**MATERIAL FOR THIS EXERCISE**.
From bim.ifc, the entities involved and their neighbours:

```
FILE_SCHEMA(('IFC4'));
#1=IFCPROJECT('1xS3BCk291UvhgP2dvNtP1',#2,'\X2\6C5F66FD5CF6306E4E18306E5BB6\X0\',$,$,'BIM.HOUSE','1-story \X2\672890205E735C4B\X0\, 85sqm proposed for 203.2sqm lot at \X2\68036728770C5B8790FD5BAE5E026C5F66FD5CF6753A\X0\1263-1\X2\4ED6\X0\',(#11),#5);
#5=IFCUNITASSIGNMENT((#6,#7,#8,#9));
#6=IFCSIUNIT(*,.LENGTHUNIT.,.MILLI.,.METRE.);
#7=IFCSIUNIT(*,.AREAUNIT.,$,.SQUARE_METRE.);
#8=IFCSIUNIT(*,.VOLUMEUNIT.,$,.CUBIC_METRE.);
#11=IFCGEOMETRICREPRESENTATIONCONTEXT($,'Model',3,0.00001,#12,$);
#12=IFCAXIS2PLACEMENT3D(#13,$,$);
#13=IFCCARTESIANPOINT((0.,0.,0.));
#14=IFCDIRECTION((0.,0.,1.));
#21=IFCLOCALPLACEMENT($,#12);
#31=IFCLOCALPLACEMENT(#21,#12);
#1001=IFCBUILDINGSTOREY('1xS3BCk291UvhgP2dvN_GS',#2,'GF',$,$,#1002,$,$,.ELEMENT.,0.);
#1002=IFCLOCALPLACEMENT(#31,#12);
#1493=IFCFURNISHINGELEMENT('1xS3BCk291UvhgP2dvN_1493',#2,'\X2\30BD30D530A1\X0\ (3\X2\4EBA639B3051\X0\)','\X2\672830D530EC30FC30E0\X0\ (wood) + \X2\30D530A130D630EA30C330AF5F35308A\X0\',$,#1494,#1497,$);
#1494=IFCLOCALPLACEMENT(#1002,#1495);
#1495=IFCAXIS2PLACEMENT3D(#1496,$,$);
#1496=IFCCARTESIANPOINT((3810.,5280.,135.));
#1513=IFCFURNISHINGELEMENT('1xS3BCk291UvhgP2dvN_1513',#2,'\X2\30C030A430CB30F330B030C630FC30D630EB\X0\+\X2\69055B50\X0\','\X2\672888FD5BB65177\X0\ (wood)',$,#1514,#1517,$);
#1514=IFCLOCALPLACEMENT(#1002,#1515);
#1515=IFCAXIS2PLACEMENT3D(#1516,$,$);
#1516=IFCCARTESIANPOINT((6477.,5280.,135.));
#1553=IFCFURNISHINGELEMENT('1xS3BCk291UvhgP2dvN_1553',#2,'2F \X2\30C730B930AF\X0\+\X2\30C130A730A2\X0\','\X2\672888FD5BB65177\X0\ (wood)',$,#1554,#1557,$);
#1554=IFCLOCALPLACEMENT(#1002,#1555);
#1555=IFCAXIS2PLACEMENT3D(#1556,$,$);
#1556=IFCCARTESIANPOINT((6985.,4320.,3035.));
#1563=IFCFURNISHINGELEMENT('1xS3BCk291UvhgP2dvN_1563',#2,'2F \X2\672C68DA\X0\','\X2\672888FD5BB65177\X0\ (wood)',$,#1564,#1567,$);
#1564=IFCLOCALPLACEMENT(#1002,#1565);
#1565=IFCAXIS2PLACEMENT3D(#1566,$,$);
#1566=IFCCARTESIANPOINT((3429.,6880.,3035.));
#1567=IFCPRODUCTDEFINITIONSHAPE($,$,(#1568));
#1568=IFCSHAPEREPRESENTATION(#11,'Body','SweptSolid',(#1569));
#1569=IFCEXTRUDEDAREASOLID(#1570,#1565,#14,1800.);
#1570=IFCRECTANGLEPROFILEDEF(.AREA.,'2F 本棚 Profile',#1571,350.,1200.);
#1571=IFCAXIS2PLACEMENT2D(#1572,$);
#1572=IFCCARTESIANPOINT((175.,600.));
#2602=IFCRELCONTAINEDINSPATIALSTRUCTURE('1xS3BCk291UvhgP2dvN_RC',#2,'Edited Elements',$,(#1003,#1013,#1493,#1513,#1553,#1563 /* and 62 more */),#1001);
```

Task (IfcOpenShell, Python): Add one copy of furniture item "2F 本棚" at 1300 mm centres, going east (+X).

```python
import numpy as np
import ifcopenshell
import ifcopenshell.api.geometry
import ifcopenshell.api.root
import ifcopenshell.util.element
import ifcopenshell.util.placement
import ifcopenshell.util.unit

model = ifcopenshell.open("bim.ifc")
unit_scale = ifcopenshell.util.unit.calculate_unit_scale(model)


def reuse_history(source, copy):
    """copy_class also copies each property set's owner history, people and application; keep the originals."""
    for rel in copy.IsDefinedBy:
        if rel.is_a("IfcRelDefinesByProperties") and (history := rel.RelatingPropertyDefinition.OwnerHistory):
            rel.RelatingPropertyDefinition.OwnerHistory = source.OwnerHistory
            ifcopenshell.util.element.remove_deep2(model, history)


source = model.by_guid("1xS3BCk291UvhgP2dvN_1563")
base = ifcopenshell.util.placement.get_local_placement(source.ObjectPlacement)
step = np.array([1.0, 0.0, 0.0]) * 1.3 / unit_scale

for i in range(1, 2):
    copy = ifcopenshell.api.root.copy_class(model, product=source)
    copy.Representation = ifcopenshell.util.element.copy_deep(
        model, source.Representation, exclude=["IfcGeometricRepresentationContext", "IfcRepresentationMap"]
    )
    reuse_history(source, copy)
    matrix = base.copy()
    matrix[:3, 3] += i * step
    print("added at", matrix[:3, 3].round(3) + 0.0)
    ifcopenshell.api.geometry.edit_object_placement(model, product=copy, matrix=matrix, is_si=False)

model.write("bim-out.ifc")
```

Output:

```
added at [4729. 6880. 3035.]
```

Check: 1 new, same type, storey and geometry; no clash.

**EXERCISE GOAL**. Reproduce the whole listing, exactly.

**EXERCISE RESPONSE**.
From bim.ifc, the entities involved and their neighbours:

```
FILE_SCHEMA(('IFC4'));
#1=IFCPROJECT('1xS3BCk291UvhgP2dvNtP1',#2,'\X2\6C5F66FD5CF6306E4E18306E5BB6\X0\',$,$,'BIM.HOUSE','1-story \X2\672890205E735C4B\X0\, 85sqm proposed for 203.2sqm lot at \X2\68036728770C5B8790FD5BAE5E026C5F66FD5CF6753A\X0\1263-1\X2\4ED6\X0\',(#11),#5);
#5=IFCUNITASSIGNMENT((#6,#7,#8,#9));
#6=IFCSIUNIT(*,.LENGTHUNIT.,.MILLI.,.METRE.);
#7=IFCSIUNIT(*,.AREAUNIT.,$,.SQUARE_METRE.);
#8=IFCSIUNIT(*,.VOLUMEUNIT.,$,.CUBIC_METRE.);
#11=IFCGEOMETRICREPRESENTATIONCONTEXT($,'Model',3,0.00001,#12,$);
#12=IFCAXIS2PLACEMENT3D(#13,$,$);
#13=IFCCARTESIANPOINT((0.,0.,0.));
#14=IFCDIRECTION((0.,0.,1.));
#21=IFCLOCALPLACEMENT($,#12);
#31=IFCLOCALPLACEMENT(#21,#12);
#1001=IFCBUILDINGSTOREY('1xS3BCk291UvhgP2dvN_GS',#2,'GF',$,$,#1002,$,$,.ELEMENT.,0.);
#1002=IFCLOCALPLACEMENT(#31,#12);
#1493=IFCFURNISHINGELEMENT('1xS3BCk291UvhgP2dvN_1493',#2,'\X2\30BD30D530A1\X0\ (3\X2\4EBA639B3051\X0\)','\X2\672830D530EC30FC30E0\X0\ (wood) + \X2\30D530A130D630EA30C330AF5F35308A\X0\',$,#1494,#1497,$);
#1494=IFCLOCALPLACEMENT(#1002,#1495);
#1495=IFCAXIS2PLACEMENT3D(#1496,$,$);
#1496=IFCCARTESIANPOINT((3810.,5280.,135.));
#1513=IFCFURNISHINGELEMENT('1xS3BCk291UvhgP2dvN_1513',#2,'\X2\30C030A430CB30F330B030C630FC30D630EB\X0\+\X2\69055B50\X0\','\X2\672888FD5BB65177\X0\ (wood)',$,#1514,#1517,$);
#1514=IFCLOCALPLACEMENT(#1002,#1515);
#1515=IFCAXIS2PLACEMENT3D(#1516,$,$);
#1516=IFCCARTESIANPOINT((6477.,5280.,135.));
#1553=IFCFURNISHINGELEMENT('1xS3BCk291UvhgP2dvN_1553',#2,'2F \X2\30C730B930AF\X0\+\X2\30C130A730A2\X0\','\X2\672888FD5BB65177\X0\ (wood)',$,#1554,#1557,$);
#1554=IFCLOCALPLACEMENT(#1002,#1555);
#1555=IFCAXIS2PLACEMENT3D(#1556,$,$);
#1556=IFCCARTESIANPOINT((6985.,4320.,3035.));
#1563=IFCFURNISHINGELEMENT('1xS3BCk291UvhgP2dvN_1563',#2,'2F \X2\672C68DA\X0\','\X2\672888FD5BB65177\X0\ (wood)',$,#1564,#1567,$);
#1564=IFCLOCALPLACEMENT(#1002,#1565);
#1565=IFCAXIS2PLACEMENT3D(#1566,$,$);
#1566=IFCCARTESIANPOINT((3429.,6880.,3035.));
#1567=IFCPRODUCTDEFINITIONSHAPE($,$,(#1568));
#1568=IFCSHAPEREPRESENTATION(#11,'Body','SweptSolid',(#1569));
#1569=IFCEXTRUDEDAREASOLID(#1570,#1565,#14,1800.);
#1570=IFCRECTANGLEPROFILEDEF(.AREA.,'2F 本棚 Profile',#1571,350.,1200.);
#1571=IFCAXIS2PLACEMENT2D(#1572,$);
#1572=IFCCARTESIANPOINT((175.,600.));
#2602=IFCRELCONTAINEDINSPATIALSTRUCTURE('1xS3BCk291UvhgP2dvN_RC',#2,'Edited Elements',$,(#1003,#1013,#1493,#1513,#1553,#1563 /* and 62 more */),#1001);
```

Task (IfcOpenShell, Python): Add one copy of furniture item "2F 本棚" at 1300 mm centres, going east (+X).

```python
import numpy as np
import ifcopenshell
import ifcopenshell.api.geometry
import ifcopenshell.api.root
import ifcopenshell.util.element
import ifcopenshell.util.placement
import ifcopenshell.util.unit

model = ifcopenshell.open("bim.ifc")
unit_scale = ifcopenshell.util.unit.calculate_unit_scale(model)


def reuse_history(source, copy):
    """copy_class also copies each property set's owner history, people and application; keep the originals."""
    for rel in copy.IsDefinedBy:
        if rel.is_a("IfcRelDefinesByProperties") and (history := rel.RelatingPropertyDefinition.OwnerHistory):
            rel.RelatingPropertyDefinition.OwnerHistory = source.OwnerHistory
            ifcopenshell.util.element.remove_deep2(model, history)


source = model.by_guid("1xS3BCk291UvhgP2dvN_1563")
base = ifcopenshell.util.placement.get_local_placement(source.ObjectPlacement)
step = np.array([1.0, 0.0, 0.0]) * 1.3 / unit_scale

for i in range(1, 2):
    copy = ifcopenshell.api.root.copy_class(model, product=source)
    copy.Representation = ifcopenshell.util.element.copy_deep(
        model, source.Representation, exclude=["IfcGeometricRepresentationContext", "IfcRepresentationMap"]
    )
    reuse_history(source, copy)
    matrix = base.copy()
    matrix[:3, 3] += i * step
    print("added at", matrix[:3, 3].round(3) + 0.0)
    ifcopenshell.api.geometry.edit_object_placement(model, product=copy, matrix=matrix, is_si=False)

model.write("bim-out.ifc")
```

Output:

```
added at [4729. 6880. 3035.]
```

Check: 1 new, same type, storey and geometry; no clash.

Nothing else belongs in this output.